Summary of the proposed law: Guard Dog class pets will have to wear an auditory device such as a bell collar or proximity alarm at all times whilst in public spaces.
Yes
David Cooper, Talk Radio presenter and former owner of GDS Ltd
In all pets there is the danger of them running off, to name one problem, but not all are likely to harm people. This honour is reserved mainly for Guard Dogs.
In 2022, 54% of all reported violent pet-related incidents were caused by Guard Dogs. This is compared to 22% caused by Domestics, 9% by Platonics, 12% by Romantics, and only 3% by Objects. Clearly, something needs to be done to regulate Guard Dogs further and reduce their detrimental impact on the general population. They are a danger to adults and children alike, and although an extremely useful asset, precautions must be taken to ensure nothing gets out of hand. They are inherently violent, and if training is done badly then they can become killers — and not just in defence of their owners.
I recognise that a lot of proposals, such as MP North's in September 2021 to keep Guard Dogs muzzled at all times around vulnerable people, go too far, and are unworkable in terms of ensuring their owners can still be protected, but something needs to be done. And a warning causes no harm to anyone.
I know there are arguments that this dehumanises Guard Dogs, and that it is unneeded, but I disagree. These are the same type of people who argue that bell collars aren't good for cats despite the numerous evidence that they prevent bird kills. Pets do not feel embarrassed, that is the fact of the matter, and a bell or proximity alarm would not be an annoyance but rather an acceptable fact of having a Guard Dog. You own a Guard Dog, you must have a bell, and that would be the end of the matter.
One thing I do object to though is the lack of consideration given to disabled people throughout this proposal. If a deaf person were to need an alert to a nearby Guard Dog, for example, how would it work? They wouldn't be able to hear an auditory identifier.
I propose that, in addition to the auditory identifier, Guard Dog pets should be fitted with a device that emits a flashing light. This would allow those with low or no hearing to know when a Guard Dog is nearby. A GPS device would be useful if the Guard Dog is unseen, for example in an adjoining supermarket aisle, but this would be an invasion of the people’s privacy and technically very difficult to adapt.

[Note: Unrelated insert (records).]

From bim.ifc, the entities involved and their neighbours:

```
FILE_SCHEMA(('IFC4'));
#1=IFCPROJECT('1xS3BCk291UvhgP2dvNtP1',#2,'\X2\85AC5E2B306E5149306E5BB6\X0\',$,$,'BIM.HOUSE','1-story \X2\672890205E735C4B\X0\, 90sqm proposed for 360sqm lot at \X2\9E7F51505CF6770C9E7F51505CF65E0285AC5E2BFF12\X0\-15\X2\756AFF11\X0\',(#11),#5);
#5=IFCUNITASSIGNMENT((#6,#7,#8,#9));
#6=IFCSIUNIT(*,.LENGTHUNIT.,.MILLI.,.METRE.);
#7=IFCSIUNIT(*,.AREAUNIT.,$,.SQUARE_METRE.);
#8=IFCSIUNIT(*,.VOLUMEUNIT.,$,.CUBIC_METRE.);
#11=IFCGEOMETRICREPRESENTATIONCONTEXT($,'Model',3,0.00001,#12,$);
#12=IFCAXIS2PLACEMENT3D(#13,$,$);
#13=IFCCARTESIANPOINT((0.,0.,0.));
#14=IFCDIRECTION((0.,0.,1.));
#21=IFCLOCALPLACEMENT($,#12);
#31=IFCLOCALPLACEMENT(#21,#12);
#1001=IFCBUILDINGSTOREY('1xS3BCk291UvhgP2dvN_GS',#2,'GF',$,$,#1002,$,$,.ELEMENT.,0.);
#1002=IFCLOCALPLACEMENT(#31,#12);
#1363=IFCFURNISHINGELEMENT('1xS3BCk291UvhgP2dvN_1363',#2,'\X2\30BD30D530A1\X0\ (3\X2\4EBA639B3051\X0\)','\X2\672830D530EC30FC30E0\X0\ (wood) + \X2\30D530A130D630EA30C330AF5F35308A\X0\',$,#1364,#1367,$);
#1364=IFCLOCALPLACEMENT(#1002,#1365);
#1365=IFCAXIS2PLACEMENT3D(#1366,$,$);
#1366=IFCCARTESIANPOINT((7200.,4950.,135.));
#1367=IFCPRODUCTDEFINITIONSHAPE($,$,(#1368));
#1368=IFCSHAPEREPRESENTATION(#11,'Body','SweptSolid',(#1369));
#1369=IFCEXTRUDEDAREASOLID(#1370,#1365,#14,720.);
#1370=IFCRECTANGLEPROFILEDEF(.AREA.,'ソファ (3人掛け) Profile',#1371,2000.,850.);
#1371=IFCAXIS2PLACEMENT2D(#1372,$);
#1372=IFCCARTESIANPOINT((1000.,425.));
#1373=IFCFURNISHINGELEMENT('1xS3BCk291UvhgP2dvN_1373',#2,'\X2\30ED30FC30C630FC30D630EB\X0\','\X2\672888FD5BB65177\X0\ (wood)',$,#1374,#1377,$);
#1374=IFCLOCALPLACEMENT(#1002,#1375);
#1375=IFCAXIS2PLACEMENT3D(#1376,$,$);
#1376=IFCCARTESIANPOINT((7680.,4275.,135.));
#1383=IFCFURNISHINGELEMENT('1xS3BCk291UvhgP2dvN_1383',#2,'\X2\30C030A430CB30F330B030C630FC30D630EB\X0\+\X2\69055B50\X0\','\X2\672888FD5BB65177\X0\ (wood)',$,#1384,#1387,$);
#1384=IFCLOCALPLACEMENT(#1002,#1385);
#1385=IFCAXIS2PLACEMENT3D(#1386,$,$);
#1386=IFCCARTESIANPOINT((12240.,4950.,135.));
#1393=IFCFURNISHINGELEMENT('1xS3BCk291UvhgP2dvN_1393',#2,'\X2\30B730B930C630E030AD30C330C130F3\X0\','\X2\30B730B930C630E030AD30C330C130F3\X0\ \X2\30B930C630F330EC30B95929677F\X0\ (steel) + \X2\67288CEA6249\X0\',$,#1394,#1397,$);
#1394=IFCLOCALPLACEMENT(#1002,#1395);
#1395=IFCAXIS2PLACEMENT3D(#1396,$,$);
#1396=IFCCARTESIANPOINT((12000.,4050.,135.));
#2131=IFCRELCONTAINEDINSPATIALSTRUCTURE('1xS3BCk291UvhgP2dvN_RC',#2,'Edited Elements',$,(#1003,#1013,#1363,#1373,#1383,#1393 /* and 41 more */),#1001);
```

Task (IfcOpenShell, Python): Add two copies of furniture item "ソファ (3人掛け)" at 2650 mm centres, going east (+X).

```python
import numpy as np
import ifcopenshell
import ifcopenshell.api.geometry
import ifcopenshell.api.root
import ifcopenshell.util.element
import ifcopenshell.util.placement
import ifcopenshell.util.unit

model = ifcopenshell.open("bim.ifc")
unit_scale = ifcopenshell.util.unit.calculate_unit_scale(model)


def reuse_history(source, copy):
    """copy_class also copies each property set's owner history, people and application; keep the originals."""
    for rel in copy.IsDefinedBy:
        if rel.is_a("IfcRelDefinesByProperties") and (history := rel.RelatingPropertyDefinition.OwnerHistory):
            rel.RelatingPropertyDefinition.OwnerHistory = source.OwnerHistory
            ifcopenshell.util.element.remove_deep2(model, history)


source = model.by_id(1363)
base = ifcopenshell.util.placement.get_local_placement(source.ObjectPlacement)
step = np.array([1.0, 0.0, 0.0]) * 2.65 / unit_scale

for i in range(1, 3):
    copy = ifcopenshell.api.root.copy_class(model, product=source)
    copy.Representation = ifcopenshell.util.element.copy_deep(
        model, source.Representation, exclude=["IfcGeometricRepresentationContext", "IfcRepresentationMap"]
    )
    reuse_history(source, copy)
    matrix = base.copy()
    matrix[:3, 3] += i * step
    print("added at", matrix[:3, 3].round(3) + 0.0)
    ifcopenshell.api.geometry.edit_object_placement(model, product=copy, matrix=matrix, is_si=False)

model.write("bim_updated.ifc")
```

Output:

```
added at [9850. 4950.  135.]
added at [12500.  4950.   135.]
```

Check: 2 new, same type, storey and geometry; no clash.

However, something must be done to improve the safety of the general public and it is for that reason that I, with the expertise of my years as CEO of Guard Dog Security Ltd, support these proposals.
No
Ade Olayinke, Mayor of Sheffield and founder of Help4Pets
In my role as Mayor of Sheffield, I have met many residents, some of whom own Guard Dogs. In this job, and while working on the ground for Help4Pets, I have rarely met any dangerous pets — owners, however, can be a different story. Research conducted by YouGov suggests that over 90% of Guard Dog-related incidents can be traced back to their owners or training. Surely then the legislations on pet owners and training should be tightened, instead of these frankly humiliating proposals for Guard Dogs themselves?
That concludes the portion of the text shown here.